▶ TASK REQUIREMENTS
Since only part of the material below is wanted, output exactly the lines from the one with "#57=IFCINDEXEDPOLYGONALFACE((2,4,8,6));" up to and including the one with "#62=IFCINDEXEDPOLYGONALFACE((1,2,4,3));".

▶ EXCERPTED DATA
Content starts
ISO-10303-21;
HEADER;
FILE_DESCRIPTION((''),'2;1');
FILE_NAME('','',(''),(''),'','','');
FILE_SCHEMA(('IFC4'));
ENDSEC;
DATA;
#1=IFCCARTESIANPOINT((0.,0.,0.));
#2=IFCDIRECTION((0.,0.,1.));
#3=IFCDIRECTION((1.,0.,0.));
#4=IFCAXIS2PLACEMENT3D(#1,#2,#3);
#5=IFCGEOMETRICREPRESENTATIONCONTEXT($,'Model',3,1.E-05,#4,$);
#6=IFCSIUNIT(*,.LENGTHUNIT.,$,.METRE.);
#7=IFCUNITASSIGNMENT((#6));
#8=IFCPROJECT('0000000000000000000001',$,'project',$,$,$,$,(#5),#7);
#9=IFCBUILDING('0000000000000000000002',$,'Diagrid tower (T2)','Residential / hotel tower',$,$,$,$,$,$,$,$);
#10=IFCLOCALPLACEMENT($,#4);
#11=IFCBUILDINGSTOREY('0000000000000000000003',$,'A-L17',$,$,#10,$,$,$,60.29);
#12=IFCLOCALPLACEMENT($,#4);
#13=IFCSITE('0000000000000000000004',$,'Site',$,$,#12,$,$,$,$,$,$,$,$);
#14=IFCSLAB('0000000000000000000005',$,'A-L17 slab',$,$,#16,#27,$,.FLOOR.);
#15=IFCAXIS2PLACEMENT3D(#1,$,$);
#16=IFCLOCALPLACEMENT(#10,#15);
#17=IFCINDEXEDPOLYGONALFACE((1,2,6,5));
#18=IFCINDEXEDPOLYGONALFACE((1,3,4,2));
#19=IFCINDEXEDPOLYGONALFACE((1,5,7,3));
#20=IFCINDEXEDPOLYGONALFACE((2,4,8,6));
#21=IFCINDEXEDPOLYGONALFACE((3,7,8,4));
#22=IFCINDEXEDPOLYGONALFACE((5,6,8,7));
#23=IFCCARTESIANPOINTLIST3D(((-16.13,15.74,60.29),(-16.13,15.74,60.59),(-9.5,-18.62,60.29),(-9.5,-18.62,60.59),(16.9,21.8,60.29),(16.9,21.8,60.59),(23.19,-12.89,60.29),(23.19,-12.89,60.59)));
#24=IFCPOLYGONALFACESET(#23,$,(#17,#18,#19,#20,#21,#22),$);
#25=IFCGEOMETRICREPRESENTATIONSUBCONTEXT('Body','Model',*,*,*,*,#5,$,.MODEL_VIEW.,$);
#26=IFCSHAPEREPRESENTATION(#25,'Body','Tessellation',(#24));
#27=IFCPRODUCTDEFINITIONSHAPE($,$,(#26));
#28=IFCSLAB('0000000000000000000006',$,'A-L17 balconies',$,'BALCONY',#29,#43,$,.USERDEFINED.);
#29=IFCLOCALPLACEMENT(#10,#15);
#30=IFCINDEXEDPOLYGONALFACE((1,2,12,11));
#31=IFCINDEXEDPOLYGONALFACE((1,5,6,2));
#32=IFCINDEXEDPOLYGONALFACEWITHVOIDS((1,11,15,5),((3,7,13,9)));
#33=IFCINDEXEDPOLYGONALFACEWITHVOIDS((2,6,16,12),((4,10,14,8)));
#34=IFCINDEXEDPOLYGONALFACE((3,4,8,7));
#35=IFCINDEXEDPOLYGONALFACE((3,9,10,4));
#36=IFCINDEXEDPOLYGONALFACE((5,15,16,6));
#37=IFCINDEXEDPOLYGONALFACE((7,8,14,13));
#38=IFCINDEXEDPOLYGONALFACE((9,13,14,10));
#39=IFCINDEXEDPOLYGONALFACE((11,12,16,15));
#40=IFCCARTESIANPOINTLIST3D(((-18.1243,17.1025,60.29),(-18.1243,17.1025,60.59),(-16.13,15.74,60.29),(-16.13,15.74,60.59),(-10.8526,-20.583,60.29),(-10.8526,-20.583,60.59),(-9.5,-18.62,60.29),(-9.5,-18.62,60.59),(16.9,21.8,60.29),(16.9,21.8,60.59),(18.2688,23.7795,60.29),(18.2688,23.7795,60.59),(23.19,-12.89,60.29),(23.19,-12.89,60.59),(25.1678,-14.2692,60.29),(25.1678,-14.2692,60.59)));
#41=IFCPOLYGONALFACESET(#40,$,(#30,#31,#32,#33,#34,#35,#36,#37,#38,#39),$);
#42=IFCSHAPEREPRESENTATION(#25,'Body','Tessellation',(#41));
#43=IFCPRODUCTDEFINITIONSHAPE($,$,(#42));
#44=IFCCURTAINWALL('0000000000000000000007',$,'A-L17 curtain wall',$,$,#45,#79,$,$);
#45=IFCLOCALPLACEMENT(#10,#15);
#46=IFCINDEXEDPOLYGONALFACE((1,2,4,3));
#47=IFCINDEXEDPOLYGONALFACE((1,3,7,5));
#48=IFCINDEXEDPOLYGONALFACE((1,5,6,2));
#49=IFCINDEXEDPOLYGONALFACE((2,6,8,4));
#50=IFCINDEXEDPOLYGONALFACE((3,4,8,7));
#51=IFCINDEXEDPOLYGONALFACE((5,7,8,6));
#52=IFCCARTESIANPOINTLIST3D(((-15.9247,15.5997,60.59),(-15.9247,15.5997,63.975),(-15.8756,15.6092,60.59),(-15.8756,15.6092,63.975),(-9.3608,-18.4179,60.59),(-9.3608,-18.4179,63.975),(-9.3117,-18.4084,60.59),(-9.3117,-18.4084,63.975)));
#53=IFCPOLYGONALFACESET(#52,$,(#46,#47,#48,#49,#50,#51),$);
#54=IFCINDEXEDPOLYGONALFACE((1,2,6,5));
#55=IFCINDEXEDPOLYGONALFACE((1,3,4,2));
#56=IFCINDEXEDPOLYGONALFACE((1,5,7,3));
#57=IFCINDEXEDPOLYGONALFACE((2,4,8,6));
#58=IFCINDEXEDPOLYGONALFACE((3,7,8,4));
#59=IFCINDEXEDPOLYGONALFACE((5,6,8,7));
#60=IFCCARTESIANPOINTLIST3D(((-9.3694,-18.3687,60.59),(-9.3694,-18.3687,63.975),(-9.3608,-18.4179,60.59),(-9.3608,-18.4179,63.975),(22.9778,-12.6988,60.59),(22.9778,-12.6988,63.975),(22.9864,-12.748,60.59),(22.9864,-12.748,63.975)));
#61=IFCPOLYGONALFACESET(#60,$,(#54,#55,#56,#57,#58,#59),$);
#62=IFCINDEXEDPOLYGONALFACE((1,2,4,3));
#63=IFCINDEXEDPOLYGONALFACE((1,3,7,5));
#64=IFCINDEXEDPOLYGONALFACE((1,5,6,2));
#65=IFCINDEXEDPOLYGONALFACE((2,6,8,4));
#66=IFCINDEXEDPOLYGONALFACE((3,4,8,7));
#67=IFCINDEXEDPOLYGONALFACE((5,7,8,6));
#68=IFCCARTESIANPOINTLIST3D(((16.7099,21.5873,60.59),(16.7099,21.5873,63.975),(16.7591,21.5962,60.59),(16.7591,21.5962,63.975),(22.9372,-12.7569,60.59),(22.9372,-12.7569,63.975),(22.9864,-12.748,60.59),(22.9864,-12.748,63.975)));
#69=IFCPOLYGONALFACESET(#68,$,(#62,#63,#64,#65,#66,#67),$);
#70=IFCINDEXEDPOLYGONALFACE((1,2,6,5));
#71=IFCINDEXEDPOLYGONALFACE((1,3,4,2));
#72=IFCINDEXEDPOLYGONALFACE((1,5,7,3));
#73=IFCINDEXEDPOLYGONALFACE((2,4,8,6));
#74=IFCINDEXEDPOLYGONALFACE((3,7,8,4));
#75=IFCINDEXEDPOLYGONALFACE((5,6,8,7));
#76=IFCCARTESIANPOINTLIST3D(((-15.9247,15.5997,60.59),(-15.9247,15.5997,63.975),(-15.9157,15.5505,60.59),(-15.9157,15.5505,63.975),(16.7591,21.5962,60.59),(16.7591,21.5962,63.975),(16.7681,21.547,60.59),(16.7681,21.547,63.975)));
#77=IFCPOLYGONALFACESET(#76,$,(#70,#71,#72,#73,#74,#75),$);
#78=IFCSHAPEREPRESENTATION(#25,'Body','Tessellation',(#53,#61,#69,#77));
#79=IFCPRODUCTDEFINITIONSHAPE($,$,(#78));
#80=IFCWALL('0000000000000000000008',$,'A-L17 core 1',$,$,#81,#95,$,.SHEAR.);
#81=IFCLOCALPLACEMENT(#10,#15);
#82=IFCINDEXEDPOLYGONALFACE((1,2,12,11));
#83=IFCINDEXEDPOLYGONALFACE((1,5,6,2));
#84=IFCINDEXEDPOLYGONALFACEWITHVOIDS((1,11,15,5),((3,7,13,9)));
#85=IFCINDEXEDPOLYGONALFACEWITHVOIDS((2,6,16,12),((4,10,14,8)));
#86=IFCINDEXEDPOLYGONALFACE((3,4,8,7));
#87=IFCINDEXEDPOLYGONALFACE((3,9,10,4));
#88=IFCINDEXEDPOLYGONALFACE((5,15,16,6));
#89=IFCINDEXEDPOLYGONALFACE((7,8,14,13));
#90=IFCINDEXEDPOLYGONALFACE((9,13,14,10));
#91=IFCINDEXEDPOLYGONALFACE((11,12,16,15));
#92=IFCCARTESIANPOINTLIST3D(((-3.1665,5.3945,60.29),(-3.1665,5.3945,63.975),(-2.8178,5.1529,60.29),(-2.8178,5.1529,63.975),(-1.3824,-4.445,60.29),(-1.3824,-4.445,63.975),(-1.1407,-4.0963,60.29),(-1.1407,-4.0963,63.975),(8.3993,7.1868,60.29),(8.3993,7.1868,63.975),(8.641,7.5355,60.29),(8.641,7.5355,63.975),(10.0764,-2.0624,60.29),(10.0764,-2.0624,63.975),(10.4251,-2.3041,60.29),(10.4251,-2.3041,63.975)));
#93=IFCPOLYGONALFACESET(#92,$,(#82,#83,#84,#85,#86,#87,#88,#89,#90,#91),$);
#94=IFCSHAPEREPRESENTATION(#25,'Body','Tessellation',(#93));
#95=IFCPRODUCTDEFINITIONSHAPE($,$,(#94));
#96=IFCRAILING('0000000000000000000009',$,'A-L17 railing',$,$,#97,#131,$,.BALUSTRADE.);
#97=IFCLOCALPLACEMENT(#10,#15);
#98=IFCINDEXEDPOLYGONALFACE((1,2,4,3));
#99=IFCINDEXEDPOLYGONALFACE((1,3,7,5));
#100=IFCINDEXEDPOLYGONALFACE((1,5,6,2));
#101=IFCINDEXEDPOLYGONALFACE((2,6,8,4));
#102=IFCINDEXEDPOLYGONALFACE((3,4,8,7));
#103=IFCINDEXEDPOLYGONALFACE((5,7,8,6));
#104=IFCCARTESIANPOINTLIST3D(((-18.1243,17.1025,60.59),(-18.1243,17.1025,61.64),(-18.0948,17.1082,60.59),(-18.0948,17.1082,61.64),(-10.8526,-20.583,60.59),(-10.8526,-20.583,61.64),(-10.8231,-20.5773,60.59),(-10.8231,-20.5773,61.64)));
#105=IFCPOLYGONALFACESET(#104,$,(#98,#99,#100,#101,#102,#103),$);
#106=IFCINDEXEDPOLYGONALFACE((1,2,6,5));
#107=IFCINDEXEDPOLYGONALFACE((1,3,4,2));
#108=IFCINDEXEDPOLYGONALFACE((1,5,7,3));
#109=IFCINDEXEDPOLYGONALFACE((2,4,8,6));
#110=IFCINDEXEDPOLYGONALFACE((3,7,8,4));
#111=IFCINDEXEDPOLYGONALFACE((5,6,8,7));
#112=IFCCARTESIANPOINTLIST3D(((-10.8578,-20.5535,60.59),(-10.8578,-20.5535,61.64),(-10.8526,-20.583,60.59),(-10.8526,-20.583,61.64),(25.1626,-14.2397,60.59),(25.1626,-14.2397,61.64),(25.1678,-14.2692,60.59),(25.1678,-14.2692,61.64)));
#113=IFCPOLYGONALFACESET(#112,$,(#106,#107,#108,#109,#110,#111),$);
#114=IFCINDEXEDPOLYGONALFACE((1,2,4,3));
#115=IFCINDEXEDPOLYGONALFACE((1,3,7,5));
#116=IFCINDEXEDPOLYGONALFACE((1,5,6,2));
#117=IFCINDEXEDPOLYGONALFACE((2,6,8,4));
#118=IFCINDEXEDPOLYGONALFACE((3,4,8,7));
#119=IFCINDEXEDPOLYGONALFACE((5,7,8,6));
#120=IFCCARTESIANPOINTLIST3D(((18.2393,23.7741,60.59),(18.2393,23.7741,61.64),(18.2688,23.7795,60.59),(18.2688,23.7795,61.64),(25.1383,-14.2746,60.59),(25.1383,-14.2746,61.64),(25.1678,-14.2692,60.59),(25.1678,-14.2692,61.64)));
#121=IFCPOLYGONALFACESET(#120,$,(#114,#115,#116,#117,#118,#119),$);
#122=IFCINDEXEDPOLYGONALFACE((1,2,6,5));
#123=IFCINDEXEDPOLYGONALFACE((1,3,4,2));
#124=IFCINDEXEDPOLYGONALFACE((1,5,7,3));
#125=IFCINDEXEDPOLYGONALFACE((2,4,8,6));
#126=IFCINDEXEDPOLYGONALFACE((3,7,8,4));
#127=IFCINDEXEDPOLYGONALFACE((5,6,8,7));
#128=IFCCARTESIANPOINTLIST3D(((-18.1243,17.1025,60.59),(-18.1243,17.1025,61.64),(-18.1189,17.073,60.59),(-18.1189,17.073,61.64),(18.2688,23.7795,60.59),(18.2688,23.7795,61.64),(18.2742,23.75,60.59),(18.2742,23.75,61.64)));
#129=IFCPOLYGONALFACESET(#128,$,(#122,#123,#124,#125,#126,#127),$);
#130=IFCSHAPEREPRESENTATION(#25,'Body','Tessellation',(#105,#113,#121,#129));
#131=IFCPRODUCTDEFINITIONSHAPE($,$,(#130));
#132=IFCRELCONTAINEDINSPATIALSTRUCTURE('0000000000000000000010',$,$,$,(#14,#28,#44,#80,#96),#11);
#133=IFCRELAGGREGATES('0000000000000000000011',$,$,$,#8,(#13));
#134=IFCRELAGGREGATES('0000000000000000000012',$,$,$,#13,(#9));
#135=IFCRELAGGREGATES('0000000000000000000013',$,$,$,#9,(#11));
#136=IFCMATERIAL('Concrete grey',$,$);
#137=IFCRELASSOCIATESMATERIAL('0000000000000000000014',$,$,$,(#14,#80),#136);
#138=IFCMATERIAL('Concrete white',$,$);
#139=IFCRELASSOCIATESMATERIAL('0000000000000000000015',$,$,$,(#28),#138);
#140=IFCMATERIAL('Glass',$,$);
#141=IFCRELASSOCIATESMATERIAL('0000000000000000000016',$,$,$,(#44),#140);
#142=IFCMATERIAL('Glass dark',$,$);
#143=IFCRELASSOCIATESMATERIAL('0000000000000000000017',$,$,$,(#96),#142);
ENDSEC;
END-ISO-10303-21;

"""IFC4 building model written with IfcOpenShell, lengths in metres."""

from ifc_helpers import new_model, si_unit, frame, origin_with_axes, place, context, subcontext, project, spatial, polyline, outline, extrude, material, element, save


model = new_model("IFC4")

# Units and contexts
model_context = context("Model", 3, precision=1e-05, world=origin_with_axes())
body_context = subcontext(model_context, "Body", "Model", "MODEL_VIEW")
ifc_project = project(units=[si_unit("LENGTHUNIT", "METRE")], contexts=[model_context])

# Site, building, storey
site_placement = place(None, origin_with_axes())
site = spatial("IfcSite", under=ifc_project, at=site_placement, Name="Site")
building = spatial("IfcBuilding", under=site, Name="Diagrid tower (T2)", Description="Residential / hotel tower")
storey_placement = place(None, origin_with_axes())
storey = spatial("IfcBuildingStorey", under=building, at=storey_placement, Name="A-L17", Elevation=60.29)

# Slabs
ifc_material_1 = material(Name="Concrete grey")
slab_1_placement = place(storey_placement, origin_with_axes())
element("IfcSlab", 1, at=slab_1_placement, inside=storey, material=ifc_material_1, Name="A-L17 slab", PredefinedType="FLOOR", context=body_context, shape_type="SweptSolid", body=[
    extrude(outline(polyline([(-16.13, 15.74), (-9.5, -18.62), (23.19, -12.89), (16.9, 21.8), (-16.13, 15.74)])), frame((0.0, 0.0, 60.29), z_axis=(0.0, 0.0, 1.0), x_axis=(1.0, 0.0, 0.0)), (0.0, 0.0, 1.0), 0.3),
])
ifc_material_2 = material(Name="Concrete white")
slab_2_placement = place(storey_placement, origin_with_axes())
element("IfcSlab", 2, at=slab_2_placement, inside=storey, material=ifc_material_2, Name="A-L17 balconies", ObjectType="BALCONY", PredefinedType="USERDEFINED", context=body_context, shape_type="SweptSolid", body=[
    extrude(outline(polyline([(-18.1243, 17.1025), (-10.8526, -20.583), (25.1678, -14.2692), (18.2688, 23.7795), (-18.1243, 17.1025)]), holes=[polyline([(-16.13, 15.74), (-9.5, -18.62), (23.19, -12.89), (16.9, 21.8), (-16.13, 15.74)])]), frame((0.0, 0.0, 60.29), z_axis=(0.0, 0.0, 1.0), x_axis=(1.0, 0.0, 0.0)), (0.0, 0.0, 1.0), 0.3),
])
Content ends
▶ OUTPUT OF THE TASK
#57=IFCINDEXEDPOLYGONALFACE((2,4,8,6));
#58=IFCINDEXEDPOLYGONALFACE((3,7,8,4));
#59=IFCINDEXEDPOLYGONALFACE((5,6,8,7));
#60=IFCCARTESIANPOINTLIST3D(((-9.3694,-18.3687,60.59),(-9.3694,-18.3687,63.975),(-9.3608,-18.4179,60.59),(-9.3608,-18.4179,63.975),(22.9778,-12.6988,60.59),(22.9778,-12.6988,63.975),(22.9864,-12.748,60.59),(22.9864,-12.748,63.975)));
#61=IFCPOLYGONALFACESET(#60,$,(#54,#55,#56,#57,#58,#59),$);
#62=IFCINDEXEDPOLYGONALFACE((1,2,4,3));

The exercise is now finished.